Interestingly enough, I was thinking about safety for my wife out on the road. I started thinking about almost this scenario. Where a van pulls up and kidnaps the cyclist. 

Having a gun pulled on you is some frightening stuff. I really hope the police take this seriously and don't just brush it off. These people will continue to do this until they are caught. 

Please everyone be careful out there. I almost got hit 7 times this week. If I did not pay attention as much as I do, I would be dead right now.


----------



## rzims (Nov 15, 2005)

This is crazy....that's one of my favorite after work rides. Almost always by myself although I see lots of other solo riders out there as well....
Hope the sheriff's take this seriously...


----------



## txzen (Apr 6, 2005)

Seems too weird to be true. Odd that there's no description of the attackers. 
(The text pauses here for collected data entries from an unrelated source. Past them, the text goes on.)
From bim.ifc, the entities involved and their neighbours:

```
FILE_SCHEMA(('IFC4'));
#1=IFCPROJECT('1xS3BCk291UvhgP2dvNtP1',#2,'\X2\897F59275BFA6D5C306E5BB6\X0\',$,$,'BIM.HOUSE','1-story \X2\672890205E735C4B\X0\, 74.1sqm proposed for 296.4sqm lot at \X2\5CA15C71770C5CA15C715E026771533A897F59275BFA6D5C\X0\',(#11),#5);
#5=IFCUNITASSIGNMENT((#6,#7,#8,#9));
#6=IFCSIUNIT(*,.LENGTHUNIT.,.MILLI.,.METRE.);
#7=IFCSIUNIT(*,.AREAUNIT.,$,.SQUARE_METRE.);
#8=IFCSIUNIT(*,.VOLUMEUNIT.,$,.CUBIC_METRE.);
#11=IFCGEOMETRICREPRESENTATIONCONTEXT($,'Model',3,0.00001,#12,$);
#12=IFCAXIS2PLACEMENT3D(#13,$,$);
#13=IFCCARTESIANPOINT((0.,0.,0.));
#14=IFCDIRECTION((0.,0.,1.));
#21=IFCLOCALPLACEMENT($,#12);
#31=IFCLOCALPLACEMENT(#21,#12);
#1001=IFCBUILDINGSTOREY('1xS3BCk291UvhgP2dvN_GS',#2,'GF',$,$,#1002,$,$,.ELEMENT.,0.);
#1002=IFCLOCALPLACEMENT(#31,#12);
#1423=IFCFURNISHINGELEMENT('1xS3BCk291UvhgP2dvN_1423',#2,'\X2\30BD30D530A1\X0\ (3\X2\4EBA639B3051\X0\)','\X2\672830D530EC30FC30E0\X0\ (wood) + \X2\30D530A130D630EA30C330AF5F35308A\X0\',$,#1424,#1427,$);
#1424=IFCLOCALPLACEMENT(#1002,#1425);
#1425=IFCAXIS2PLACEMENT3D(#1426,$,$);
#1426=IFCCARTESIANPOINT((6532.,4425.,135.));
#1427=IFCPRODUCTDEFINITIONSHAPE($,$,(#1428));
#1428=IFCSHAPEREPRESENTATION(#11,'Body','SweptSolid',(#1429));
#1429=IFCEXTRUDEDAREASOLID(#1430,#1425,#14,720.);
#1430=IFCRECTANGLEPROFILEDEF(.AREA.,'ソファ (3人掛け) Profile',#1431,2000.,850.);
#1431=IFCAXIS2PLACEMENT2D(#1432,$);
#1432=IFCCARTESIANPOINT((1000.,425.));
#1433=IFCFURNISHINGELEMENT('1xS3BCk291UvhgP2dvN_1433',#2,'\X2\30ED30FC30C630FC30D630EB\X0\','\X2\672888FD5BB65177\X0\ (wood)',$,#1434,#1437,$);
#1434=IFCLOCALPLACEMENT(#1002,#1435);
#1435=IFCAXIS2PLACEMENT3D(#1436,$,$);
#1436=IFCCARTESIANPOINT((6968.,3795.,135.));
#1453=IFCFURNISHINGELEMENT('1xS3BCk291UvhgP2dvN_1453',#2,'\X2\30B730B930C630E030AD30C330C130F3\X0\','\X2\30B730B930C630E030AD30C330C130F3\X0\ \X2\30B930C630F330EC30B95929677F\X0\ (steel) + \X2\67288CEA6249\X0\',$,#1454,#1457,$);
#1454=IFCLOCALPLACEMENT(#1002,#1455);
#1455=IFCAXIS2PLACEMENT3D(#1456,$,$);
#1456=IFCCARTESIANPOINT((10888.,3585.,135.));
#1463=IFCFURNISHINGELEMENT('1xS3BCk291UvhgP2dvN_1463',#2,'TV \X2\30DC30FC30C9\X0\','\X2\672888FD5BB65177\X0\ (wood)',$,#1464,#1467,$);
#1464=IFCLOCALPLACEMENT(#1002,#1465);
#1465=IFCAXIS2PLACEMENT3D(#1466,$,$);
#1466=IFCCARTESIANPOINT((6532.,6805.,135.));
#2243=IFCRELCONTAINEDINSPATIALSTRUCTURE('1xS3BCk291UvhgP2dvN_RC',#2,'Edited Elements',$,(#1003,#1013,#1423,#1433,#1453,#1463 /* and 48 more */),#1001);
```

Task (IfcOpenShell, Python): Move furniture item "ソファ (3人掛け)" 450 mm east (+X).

```python
import ifcopenshell
import ifcopenshell.api.geometry
import ifcopenshell.util.placement
import ifcopenshell.util.unit

model = ifcopenshell.open("bim.ifc")
unit_scale = ifcopenshell.util.unit.calculate_unit_scale(model)

item = model.by_guid("1xS3BCk291UvhgP2dvN_1423")
matrix = ifcopenshell.util.placement.get_local_placement(item.ObjectPlacement)
matrix[0, 3] += 0.45 / unit_scale
ifcopenshell.api.geometry.edit_object_placement(model, product=item, matrix=matrix, is_si=False)

print(ifcopenshell.util.placement.get_local_placement(item.ObjectPlacement).round(3) + 0.0)

model.write("bim_rev.ifc")
```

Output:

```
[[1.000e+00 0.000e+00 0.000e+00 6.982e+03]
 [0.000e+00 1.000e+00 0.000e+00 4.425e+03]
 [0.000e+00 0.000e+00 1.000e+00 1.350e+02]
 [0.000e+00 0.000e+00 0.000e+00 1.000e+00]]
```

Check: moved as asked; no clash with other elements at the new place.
Naturally, I'm hoping it's not true as it's one of my favorite rides. Great. Thought this was one place I could shed those thoughts.


----------



## txzen (Apr 6, 2005)

*I take it all back.*

I take it all back. WTF is going on out there? Same spot, same week, I think, as the cyclist mugging - the KTVU crew was mugged reporting on a cyclist who died on the downhill portion that day. 

This is such a no-mans-land area, it's just amazing that while they are about to film a spot, a group of men just happens to show up, with a gun, and robs them. This isn't just a place you 'happen' to come across. 



> KTVU reporter Debra Villalon was sitting in her news van Thursday night, waiting to go on the air with a story about a serious bike crash in the Oakland hills, when several men accosted her and cameraman Alan Leong.
> 
> "Shoot the b***h!" one yelled as the men pushed their way into the van on Redwood Road and stole Villalon's laptop computer and workbag, a camera and a tripod. Villalon called for help on her two-way radio as the men drove off, and station officials called Oakland police.
> 
> Villalon and Leong were unharmed but shaken by the incident, one of several crimes in recent weeks in which members of the news media have been singled out in Oakland.


Oakland: Media the victims in rash of robberies - SFGate


----------



## Tort (Nov 4, 2008)

It did finally show up as a story in the SF Chronicle the other day. It is just plain scary to think the places we choose to ride to avoid traffic and find peace of mind through exertion and enjoy mother nature has become a hunting ground for criminals.


----------



## Charles50 (Jul 25, 2012)

This is not the first time this has happened on Redwood Rd. Back in the 1980's a lady was ridding on Redwood rd and she was pushed off her bike and it was taken.This also happened again in the 1990's. I used to work at a bike shop in Pleasant Hill back in the 80's and remember it well. I ride now with a small can of mace.


----------